The pandemic is stressing Canadians out -- many are starting to feel more and more worried about their finances.
Keith Emery is the CEO of Credit Canada.
He tells the Mike Farwell Show on 570 NEWS, debt can be a useful tool for consumers, but it can also be a source of serious financial stress.
"People who have tight budgets, cash flow issues, there is a risk that they will get themselves into a high-interest debt. That's either credit cards, or potentially worse -- payday loans, high-interest loans. Once they get into that kind of a debt situation, it gets very difficult to dig themselves out because they weren't necessarily going to have a surplus of income and they're going to have high-interest charges that are going to eat into their monthly budget."

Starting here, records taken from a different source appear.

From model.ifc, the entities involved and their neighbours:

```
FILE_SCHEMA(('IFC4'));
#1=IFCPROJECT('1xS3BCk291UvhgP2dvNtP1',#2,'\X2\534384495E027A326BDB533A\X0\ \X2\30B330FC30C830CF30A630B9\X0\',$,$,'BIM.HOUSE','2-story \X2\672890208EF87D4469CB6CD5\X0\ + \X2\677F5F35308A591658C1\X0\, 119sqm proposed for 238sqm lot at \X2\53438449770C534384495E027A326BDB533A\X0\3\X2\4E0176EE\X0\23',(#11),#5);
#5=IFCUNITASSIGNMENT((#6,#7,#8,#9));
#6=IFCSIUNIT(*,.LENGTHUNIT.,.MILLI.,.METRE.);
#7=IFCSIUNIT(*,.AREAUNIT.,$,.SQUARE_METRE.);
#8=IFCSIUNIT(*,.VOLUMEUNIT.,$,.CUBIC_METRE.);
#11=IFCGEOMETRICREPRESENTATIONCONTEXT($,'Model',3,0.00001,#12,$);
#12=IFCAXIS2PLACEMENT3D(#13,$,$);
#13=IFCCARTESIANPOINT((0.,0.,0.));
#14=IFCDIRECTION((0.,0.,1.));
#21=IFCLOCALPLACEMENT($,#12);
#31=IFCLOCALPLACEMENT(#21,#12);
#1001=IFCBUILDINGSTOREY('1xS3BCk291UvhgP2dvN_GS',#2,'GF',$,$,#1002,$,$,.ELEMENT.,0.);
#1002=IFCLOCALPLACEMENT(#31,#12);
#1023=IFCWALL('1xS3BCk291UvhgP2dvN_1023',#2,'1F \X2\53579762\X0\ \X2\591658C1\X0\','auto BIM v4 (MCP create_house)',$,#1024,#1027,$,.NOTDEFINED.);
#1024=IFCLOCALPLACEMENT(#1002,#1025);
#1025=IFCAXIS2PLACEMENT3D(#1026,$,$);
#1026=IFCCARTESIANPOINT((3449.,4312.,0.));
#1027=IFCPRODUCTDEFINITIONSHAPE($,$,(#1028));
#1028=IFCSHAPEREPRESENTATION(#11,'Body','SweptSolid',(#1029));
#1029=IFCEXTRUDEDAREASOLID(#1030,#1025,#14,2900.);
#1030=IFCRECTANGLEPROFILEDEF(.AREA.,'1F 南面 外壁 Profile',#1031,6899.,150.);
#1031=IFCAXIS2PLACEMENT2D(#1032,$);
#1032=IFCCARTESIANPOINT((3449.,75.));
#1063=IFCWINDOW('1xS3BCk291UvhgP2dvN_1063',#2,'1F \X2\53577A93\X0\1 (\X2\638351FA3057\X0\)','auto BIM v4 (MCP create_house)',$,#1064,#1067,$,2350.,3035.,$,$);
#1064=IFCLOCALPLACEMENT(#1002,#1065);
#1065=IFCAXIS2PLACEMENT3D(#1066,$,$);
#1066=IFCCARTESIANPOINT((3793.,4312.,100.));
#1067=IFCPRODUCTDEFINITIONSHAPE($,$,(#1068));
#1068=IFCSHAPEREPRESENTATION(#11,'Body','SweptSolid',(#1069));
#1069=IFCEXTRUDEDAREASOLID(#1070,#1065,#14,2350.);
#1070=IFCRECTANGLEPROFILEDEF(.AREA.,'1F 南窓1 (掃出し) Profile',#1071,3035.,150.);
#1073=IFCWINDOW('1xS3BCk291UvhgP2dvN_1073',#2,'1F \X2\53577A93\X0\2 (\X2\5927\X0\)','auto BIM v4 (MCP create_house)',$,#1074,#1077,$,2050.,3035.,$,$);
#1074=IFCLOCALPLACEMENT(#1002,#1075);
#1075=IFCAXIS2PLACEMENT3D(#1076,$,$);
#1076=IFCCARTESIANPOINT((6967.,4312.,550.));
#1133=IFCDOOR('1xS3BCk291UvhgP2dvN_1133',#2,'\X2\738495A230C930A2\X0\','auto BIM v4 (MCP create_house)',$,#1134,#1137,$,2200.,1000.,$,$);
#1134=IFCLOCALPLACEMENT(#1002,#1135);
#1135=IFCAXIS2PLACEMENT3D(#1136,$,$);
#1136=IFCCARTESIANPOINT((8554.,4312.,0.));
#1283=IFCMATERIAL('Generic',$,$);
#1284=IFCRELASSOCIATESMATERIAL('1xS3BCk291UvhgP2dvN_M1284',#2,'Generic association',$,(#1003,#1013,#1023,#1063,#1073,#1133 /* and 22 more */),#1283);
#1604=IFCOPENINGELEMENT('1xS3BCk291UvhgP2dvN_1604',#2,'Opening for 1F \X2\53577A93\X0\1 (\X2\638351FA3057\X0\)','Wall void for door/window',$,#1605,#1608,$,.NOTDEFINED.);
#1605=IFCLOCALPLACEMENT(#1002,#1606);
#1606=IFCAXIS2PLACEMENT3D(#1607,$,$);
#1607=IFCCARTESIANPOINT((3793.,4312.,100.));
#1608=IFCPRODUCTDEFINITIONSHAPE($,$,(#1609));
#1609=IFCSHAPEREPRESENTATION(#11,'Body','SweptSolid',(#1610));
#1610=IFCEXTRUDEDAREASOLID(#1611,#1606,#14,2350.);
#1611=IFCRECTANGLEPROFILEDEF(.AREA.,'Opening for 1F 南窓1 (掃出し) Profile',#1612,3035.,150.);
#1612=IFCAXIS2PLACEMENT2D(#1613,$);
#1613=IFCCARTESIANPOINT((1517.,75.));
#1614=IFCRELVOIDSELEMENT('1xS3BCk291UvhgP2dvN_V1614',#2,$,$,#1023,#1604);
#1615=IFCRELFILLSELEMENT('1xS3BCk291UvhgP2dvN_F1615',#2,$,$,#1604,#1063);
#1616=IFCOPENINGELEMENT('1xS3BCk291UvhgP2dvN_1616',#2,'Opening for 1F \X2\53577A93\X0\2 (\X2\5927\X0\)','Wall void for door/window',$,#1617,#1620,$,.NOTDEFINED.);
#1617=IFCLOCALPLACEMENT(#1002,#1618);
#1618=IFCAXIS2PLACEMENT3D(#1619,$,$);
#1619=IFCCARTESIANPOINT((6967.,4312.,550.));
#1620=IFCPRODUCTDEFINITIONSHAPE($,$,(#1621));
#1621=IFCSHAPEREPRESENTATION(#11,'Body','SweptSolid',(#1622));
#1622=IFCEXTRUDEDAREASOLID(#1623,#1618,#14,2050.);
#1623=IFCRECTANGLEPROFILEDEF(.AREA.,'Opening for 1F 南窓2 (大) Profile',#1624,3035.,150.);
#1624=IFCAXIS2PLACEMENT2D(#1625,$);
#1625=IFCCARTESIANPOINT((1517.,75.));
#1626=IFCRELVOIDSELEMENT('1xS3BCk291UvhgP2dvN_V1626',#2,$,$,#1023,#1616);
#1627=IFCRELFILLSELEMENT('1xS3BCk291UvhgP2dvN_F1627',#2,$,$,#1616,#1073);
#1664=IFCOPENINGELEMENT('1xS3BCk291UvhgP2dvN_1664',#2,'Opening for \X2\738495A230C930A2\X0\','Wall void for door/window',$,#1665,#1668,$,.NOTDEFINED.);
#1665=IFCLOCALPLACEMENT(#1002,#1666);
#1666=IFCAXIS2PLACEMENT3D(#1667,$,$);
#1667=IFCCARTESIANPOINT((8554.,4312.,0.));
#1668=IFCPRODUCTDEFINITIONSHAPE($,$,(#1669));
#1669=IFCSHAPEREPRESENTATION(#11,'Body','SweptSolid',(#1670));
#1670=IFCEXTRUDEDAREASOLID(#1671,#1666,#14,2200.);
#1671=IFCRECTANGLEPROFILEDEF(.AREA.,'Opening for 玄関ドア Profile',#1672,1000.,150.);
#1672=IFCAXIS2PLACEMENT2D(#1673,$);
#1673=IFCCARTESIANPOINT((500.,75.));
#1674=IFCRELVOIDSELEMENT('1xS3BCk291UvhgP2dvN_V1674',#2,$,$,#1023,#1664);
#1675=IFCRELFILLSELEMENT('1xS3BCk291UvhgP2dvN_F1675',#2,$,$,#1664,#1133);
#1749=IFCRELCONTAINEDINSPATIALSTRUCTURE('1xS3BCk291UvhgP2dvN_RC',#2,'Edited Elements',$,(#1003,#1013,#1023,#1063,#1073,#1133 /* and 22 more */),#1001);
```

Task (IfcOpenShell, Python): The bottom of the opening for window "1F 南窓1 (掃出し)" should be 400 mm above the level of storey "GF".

```python
import numpy as np
import ifcopenshell
import ifcopenshell.api.geometry
import ifcopenshell.geom
import ifcopenshell.util.element
import ifcopenshell.util.placement
import ifcopenshell.util.shape
import ifcopenshell.util.unit

model = ifcopenshell.open("model.ifc")
unit_scale = ifcopenshell.util.unit.calculate_unit_scale(model)

window = model.by_guid("1xS3BCk291UvhgP2dvN_1063")
opening = window.FillsVoids[0].RelatingOpeningElement
storey = ifcopenshell.util.element.get_container(window, ifc_class="IfcBuildingStorey")
level = ifcopenshell.util.placement.get_local_placement(storey.ObjectPlacement)[2, 3]

# The opening's origin need not be at the sill, so measure its lowest point.
shape = ifcopenshell.geom.create_shape(ifcopenshell.geom.settings(), opening)
bottom = ifcopenshell.util.shape.get_shape_bottom_elevation(shape, shape.geometry) / unit_scale
dz = level + 400.0 - bottom

shift = np.array([0.0, 0.0, dz])
# The window is not placed relative to its opening, so move both.
for product in (opening, window):
    matrix = ifcopenshell.util.placement.get_local_placement(product.ObjectPlacement)
    matrix[:3, 3] += shift
    ifcopenshell.api.geometry.edit_object_placement(model, product=product, matrix=matrix, is_si=False)

print(f"moved by {dz * unit_scale:+.3f} m")

model.write("model_v2.ifc")
```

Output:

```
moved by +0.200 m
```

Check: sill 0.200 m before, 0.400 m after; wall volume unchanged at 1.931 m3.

Emery says people may be stressed about their financial situation because of some of the government supports available to them right now.
"When the pandemic first hit, we assumed that our existing clients were going to be hit quite heavily due to job loss and the economic shock and we thought we're going to see a surge in demand for credit counselling. But it actually had a bit of an opposite effect. What we discovered was with some of the payment deferrals and the economic support, the clients were actually in the short term, financially in the same shape or in even better shape."
He adds that a lot of the stress may actually be coming from uncertainity of what will happen when the government supports come to an end.
So Emery says you should remember that if you're using a credit card to fill in gaps, you'll still have to eventually pay it all back.
"You know, it works for a while and then eventually you hit the limits on all your credit and you have to start reversing it and you don't have the money to do that. You just accumulate credit card debt over time. The second issue that we find is a financial shock and this is probably one of the greatest financial shocks that we've experienced. And you may not have emergency savings."